9. Sort Columns, Groupby Columns, & Count values – Introduction to Data Wrangling, Cleaning, Analysis, and Visualization with Python and Pandas

Stacking requests

In this lesson, we will be using commands that stack various requests such as methods, parameters, operators, and more to define the command. Pandas encourages this kind of stacking, but it can seem overwhelming at first to beginners. For example, as we will see below, a command could include two or more methods that stack on top of each other, and end with a slice operator to view only the top N rows of the results. In addition, a command can include specific parameters to call out a particular column or sort the data in descending order.

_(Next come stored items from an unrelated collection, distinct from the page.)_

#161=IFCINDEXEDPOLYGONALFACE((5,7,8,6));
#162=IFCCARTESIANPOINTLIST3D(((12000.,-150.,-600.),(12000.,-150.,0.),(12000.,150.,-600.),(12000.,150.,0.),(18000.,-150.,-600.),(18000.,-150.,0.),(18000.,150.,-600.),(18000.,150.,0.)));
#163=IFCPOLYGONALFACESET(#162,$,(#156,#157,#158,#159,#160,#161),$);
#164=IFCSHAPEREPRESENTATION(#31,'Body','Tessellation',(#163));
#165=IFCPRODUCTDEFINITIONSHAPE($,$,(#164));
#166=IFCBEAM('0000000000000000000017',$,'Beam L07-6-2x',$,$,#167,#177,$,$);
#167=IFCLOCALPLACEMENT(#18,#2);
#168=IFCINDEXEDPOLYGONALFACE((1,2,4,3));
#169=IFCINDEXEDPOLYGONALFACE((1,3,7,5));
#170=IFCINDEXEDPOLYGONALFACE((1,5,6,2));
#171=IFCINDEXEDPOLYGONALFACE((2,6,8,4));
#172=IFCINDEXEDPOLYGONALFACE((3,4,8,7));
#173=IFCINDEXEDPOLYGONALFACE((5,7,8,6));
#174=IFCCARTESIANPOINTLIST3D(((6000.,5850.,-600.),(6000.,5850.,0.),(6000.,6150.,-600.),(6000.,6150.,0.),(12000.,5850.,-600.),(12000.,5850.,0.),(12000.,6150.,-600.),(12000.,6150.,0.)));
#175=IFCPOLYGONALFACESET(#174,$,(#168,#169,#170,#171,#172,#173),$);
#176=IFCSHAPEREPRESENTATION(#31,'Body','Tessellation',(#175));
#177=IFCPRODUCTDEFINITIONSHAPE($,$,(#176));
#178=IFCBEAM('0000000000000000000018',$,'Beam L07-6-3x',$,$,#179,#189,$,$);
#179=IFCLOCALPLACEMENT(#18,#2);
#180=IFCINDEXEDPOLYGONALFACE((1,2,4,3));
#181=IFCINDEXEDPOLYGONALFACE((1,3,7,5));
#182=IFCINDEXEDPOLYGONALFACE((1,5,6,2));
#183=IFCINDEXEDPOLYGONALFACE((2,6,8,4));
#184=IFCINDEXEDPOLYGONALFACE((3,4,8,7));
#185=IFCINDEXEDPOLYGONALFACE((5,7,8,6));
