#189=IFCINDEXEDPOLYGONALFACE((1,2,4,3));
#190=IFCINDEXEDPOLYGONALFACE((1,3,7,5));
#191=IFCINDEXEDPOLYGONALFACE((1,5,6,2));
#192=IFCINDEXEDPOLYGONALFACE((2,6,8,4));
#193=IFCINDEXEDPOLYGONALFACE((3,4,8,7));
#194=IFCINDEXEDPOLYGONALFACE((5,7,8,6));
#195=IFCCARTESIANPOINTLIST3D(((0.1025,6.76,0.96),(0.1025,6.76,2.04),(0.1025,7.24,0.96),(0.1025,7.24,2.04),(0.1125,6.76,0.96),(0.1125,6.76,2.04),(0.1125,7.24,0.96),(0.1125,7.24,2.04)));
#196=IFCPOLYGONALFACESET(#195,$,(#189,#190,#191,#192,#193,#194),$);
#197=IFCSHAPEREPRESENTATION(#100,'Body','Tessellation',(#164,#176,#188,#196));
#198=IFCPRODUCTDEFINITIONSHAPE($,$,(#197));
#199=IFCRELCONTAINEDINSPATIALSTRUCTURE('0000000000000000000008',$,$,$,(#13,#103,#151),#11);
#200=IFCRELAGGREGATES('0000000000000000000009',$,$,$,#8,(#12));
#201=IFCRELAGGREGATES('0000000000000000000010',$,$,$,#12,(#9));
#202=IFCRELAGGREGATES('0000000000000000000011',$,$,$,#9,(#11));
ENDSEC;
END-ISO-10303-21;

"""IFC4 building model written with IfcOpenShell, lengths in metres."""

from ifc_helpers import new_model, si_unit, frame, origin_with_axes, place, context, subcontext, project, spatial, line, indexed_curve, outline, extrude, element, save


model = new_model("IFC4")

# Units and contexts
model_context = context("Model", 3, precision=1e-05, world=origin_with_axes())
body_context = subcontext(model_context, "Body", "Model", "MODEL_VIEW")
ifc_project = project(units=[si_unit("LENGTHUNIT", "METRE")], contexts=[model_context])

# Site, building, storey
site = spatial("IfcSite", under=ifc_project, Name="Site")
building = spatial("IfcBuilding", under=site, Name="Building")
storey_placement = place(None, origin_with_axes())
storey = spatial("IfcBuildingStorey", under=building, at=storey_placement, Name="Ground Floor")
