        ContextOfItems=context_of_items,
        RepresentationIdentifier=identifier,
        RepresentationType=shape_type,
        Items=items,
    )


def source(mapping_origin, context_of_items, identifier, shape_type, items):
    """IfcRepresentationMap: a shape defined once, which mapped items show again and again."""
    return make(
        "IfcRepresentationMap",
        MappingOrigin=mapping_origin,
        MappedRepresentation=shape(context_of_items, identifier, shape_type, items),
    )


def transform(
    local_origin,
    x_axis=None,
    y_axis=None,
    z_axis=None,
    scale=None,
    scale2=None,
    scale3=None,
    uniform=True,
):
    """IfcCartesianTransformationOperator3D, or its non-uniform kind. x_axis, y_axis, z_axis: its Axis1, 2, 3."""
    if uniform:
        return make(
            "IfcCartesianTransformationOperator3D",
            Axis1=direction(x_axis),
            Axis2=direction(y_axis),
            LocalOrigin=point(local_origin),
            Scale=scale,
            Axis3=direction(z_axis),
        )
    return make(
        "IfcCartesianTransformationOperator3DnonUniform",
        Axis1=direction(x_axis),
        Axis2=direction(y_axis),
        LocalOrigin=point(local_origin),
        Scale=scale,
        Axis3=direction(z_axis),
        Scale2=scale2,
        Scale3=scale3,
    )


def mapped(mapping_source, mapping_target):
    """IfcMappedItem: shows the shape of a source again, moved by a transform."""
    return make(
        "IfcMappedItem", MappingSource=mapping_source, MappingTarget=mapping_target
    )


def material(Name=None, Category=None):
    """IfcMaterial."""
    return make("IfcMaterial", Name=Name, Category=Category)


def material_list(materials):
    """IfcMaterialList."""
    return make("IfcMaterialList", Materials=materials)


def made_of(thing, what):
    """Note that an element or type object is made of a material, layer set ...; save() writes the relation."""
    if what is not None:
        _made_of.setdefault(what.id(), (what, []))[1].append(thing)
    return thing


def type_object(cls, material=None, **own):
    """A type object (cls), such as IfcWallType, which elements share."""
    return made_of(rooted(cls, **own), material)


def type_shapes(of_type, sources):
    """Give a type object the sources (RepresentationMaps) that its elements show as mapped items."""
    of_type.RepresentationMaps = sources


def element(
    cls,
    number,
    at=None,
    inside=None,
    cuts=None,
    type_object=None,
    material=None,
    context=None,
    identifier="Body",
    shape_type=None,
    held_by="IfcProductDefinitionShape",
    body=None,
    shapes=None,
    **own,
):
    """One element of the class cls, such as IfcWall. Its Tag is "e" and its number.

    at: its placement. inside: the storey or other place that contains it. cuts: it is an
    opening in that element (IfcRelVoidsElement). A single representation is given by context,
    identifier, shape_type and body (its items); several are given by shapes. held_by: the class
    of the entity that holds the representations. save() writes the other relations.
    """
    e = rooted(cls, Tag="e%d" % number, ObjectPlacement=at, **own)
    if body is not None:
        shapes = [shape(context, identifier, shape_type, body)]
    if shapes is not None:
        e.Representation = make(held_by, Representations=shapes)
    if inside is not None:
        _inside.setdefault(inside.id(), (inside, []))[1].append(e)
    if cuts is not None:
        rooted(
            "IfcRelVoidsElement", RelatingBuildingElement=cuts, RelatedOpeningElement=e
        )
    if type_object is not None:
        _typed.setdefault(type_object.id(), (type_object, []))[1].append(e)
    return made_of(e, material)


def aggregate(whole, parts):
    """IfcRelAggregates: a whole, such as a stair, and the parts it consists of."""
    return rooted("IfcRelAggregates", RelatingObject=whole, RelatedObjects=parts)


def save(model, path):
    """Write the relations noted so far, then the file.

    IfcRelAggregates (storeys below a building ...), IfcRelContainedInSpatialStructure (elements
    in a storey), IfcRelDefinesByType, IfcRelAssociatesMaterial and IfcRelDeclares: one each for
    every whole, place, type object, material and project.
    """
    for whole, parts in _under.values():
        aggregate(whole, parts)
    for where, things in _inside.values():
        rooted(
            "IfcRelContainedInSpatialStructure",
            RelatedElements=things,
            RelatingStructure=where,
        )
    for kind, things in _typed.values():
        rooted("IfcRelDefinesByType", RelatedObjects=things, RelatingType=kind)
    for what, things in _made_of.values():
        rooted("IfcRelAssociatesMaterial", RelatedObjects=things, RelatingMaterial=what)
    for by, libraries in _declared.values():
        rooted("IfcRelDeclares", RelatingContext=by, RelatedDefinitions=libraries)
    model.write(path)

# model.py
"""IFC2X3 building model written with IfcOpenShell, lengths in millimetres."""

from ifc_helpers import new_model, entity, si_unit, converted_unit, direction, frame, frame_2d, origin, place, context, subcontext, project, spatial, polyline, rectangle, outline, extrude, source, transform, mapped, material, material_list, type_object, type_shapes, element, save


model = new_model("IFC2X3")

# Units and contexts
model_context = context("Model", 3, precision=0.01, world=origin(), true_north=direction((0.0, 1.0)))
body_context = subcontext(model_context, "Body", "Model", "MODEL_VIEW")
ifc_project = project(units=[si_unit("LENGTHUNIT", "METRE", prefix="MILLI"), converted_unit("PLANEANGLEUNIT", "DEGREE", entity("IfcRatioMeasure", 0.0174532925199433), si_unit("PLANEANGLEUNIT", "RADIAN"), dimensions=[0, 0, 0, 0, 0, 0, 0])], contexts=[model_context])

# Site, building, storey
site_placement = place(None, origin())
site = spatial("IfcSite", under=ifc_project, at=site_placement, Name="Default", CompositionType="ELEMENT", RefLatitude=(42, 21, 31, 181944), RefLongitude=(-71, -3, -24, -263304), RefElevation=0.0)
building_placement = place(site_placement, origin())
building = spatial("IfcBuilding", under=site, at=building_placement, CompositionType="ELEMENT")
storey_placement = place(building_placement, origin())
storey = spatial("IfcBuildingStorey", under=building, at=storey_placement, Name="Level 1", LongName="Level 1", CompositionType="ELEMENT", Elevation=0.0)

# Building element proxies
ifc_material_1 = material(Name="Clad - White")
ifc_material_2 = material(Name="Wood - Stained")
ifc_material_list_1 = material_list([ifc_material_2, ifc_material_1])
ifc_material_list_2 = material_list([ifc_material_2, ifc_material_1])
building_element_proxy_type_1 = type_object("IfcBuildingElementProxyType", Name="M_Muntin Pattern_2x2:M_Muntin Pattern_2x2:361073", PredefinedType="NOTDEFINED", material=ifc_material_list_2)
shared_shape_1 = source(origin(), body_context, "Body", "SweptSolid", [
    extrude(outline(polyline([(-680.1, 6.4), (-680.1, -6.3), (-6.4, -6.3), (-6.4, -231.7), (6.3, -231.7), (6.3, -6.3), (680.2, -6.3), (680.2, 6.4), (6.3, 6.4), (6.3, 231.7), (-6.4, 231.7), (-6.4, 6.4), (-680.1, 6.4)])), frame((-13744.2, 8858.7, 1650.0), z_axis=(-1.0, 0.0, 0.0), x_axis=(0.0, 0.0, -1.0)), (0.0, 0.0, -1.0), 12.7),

We will move slowly through each of the following commands to break them down.

Sort columns

To sort a DataFrame, we can use the .sort_values() method with the parameter by= and including the name of the column we want to sort by written in quotation marks.

For example, we can sort the DataFrame by the percentages of total refugee arrivals:

refugee_df.sort_values(by='percent_total', ascending=False)[:15]

Note: In the command above, we used the “by=” parameter to specify that the data be sorted according to the “percent_total” column and we added the “ascending=False” parameter in order to request that the data be displayed with the highest percentage first. By default, Pandas will sort in “ascending” order, from the smallest value to the largest value. We also added a Python list slice (i.e., [:15]) to view just the top 15 rows.

Groupby Columns

We can group data and perform calculations on the groups using the .groupby() method. For example, to see the breakdown of the number of arrivals by country of origin, we can use the following command:

refugee_df.groupby('origin')

This command created a Groupby object—grouped data—that we can use to perform calculations such as counting the number of non-blank values in each column for each arrival by country of origin.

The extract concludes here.